Depuis son arrivée à la tête de Total en 2015, le PDG s’attache à diversifier la major pétrolière en misant sur les énergies propres. Mais sans pour autant négliger l’or noir. Une stratégie d’équilibriste qui porte ses fruits.

22 octobre 2014. Christophe de Margerie, emblématique PDG de Total depuis sept ans, décède dans un accident d’avion à Moscou. Après plusieurs mois d’attente, le conseil d’administration désigne son successeur en mai 2015. Il s’agit de Patrick Pouyanné, présent dans le groupe depuis 1997 et à la tête de la branche raffinage-chimie au moment de sa nomination. Ce scientifique, à la double casquette de polytechnicien et d’ingénieur des Mines, a notamment travaillé dans les cabinets du premier ministre Édouard Balladur puis de François Fillon, ministre délégué aux télécommunications. Un atout non négligeable pour diriger une entreprise parfois qualifiée de « second Quai d’Orsay ».

Le nouveau roi de l’or noir tricolore a une conviction : le pétrole, à lui seul, ne peut être une source de croissance sur le long terme. Ce diagnostic obéit à des impératifs écologiques, mais aussi économiques puisque Total est trop dépendant des variations du prix du brut. Patrick Pouyanné décide donc de miser davantage sur les énergies propres en créant, dès son arrivée à la tête du groupe, une nouvelle branche d’activité : « Gas, renewables and power ». Objectif, faire entrer d’ici 2035 son groupe dans le top 3 mondial des fournisseurs d’énergies non polluantes.

Pour cela, le nouveau PDG, qui dirige un groupe de plus de 100 000 collaborateurs, est fermement décidé à mettre les moyens nécessaires. Entre 2015 et 2019, Total investit 7,4 milliards d’euros dans la R&D, un quart de la somme étant dédiée aux énergies nouvelles. Ce qui permet notamment d’inaugurer SolarStar, une centrale à énergie solaire géante située dans le désert californien. En 2017, est lancée Total Spring, une offre de gaz et d’électricité propre. Pour accélérer la diversification de la major pétrolière, il met également en place une stratégie d’acquisition ambitieuse.

En 2016, il dépense 950 millions d’euros pour acheter le fabricant français de batteries Saft. L’année suivante, c’est le spécialiste de l’optimisation énergétique, GreenFlex, qui intègre le groupe. En juin 2016, le dirigeant décide également d’acquérir le fournisseur de gaz et d’électricité belge Lampiris qui revendique un million de clients en Belgique et dans l’Hexagone.
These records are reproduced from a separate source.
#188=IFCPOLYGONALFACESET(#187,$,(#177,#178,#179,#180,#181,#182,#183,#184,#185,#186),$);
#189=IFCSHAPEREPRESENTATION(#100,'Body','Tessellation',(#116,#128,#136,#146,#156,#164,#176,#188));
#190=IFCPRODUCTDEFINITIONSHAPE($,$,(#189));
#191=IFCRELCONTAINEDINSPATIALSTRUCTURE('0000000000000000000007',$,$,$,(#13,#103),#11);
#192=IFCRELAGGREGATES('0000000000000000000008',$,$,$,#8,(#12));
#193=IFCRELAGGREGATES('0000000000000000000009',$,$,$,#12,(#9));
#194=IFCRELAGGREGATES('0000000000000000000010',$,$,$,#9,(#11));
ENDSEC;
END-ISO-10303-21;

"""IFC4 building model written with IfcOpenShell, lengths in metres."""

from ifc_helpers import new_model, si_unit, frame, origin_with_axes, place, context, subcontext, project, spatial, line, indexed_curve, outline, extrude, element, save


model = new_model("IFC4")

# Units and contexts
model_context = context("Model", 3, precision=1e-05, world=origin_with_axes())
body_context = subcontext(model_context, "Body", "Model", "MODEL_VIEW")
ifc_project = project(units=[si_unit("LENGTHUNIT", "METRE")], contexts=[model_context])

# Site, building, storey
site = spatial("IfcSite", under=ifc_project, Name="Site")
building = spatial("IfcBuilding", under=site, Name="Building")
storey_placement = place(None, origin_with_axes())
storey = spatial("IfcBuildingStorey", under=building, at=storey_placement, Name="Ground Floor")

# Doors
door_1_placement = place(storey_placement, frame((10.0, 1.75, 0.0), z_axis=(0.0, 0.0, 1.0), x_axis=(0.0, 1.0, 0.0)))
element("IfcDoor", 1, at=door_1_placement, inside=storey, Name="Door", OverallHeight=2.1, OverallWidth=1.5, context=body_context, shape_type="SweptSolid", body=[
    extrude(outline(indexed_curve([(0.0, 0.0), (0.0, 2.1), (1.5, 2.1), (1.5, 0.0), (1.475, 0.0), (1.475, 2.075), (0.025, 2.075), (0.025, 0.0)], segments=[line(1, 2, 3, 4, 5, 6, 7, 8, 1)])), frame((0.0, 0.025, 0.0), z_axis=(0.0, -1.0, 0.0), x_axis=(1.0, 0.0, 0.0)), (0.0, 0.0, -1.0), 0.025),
Enfin, en avril 2018, Total annonce le rachat de 74% de Direct Energie, qui devient Total Direct Energie.

Mais Patrick Pouyanné ne néglige pas le cœur de métier de Total pour autant, puisqu’il continue à développer l’activité pétrole. Les plateformes sont modernisées, la prospection de nouveaux gisements se poursuit et un nombre record de brevets est déposé. Total joue aussi la carte de la géopolitique en étant la première compagnie pétrolière occidentale à revenir en Iran en 2017. Patrick Pouyanné décide également de faire main basse sur la branche pétrole du danois Maersk en 2018 pour la somme de 7,45 milliards de dollars puis rachète les activités pétrolières en Afrique de l’américain Anadarko pour 8,8 milliards de dollars.

Cette stratégie mêlant diverses sources d’énergie est payante sur le plan financier puisqu’entre 2015 et 2018, le chiffre d’affaires du groupe est passé de 144 à 184 milliards d’euros. Soit une hausse de 21,7% qui conforte Total dans sa place de plus grande entreprise de France.